== What the task requires ==
Report each line from the data below that holds the word "Check".

== Stored data ==
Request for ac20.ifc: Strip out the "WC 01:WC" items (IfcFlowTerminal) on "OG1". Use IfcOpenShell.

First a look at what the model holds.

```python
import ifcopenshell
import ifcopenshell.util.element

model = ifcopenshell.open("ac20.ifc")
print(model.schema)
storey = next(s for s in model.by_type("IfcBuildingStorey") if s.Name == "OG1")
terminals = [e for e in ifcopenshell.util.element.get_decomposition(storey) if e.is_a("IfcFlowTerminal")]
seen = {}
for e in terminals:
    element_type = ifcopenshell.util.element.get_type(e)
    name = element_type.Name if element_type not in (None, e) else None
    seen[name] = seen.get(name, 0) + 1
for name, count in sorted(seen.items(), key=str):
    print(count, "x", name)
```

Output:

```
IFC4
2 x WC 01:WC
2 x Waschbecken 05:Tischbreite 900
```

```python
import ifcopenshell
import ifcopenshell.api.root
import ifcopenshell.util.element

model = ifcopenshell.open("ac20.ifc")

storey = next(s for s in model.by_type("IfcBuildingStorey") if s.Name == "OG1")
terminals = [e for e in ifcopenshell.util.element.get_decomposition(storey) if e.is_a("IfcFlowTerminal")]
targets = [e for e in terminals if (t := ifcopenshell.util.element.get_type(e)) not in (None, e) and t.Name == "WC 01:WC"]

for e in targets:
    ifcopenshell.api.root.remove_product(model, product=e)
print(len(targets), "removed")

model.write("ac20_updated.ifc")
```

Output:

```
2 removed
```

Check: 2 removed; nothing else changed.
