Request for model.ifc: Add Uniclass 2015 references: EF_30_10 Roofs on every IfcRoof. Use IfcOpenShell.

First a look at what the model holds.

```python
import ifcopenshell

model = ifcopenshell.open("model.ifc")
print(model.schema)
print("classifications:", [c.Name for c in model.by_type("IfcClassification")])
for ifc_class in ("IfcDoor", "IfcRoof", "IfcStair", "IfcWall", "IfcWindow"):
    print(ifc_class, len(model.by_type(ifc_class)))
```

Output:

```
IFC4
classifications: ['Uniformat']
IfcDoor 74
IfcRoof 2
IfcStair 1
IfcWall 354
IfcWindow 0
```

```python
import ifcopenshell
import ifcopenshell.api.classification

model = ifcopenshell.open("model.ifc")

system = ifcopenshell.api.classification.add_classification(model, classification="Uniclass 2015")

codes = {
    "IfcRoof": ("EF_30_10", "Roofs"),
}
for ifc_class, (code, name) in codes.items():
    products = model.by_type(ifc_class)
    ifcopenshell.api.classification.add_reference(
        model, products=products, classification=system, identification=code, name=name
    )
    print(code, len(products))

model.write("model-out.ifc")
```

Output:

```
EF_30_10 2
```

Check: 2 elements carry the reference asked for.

== Response ==
Check: 2 removed; nothing else changed.
Check: 2 elements carry the reference asked for.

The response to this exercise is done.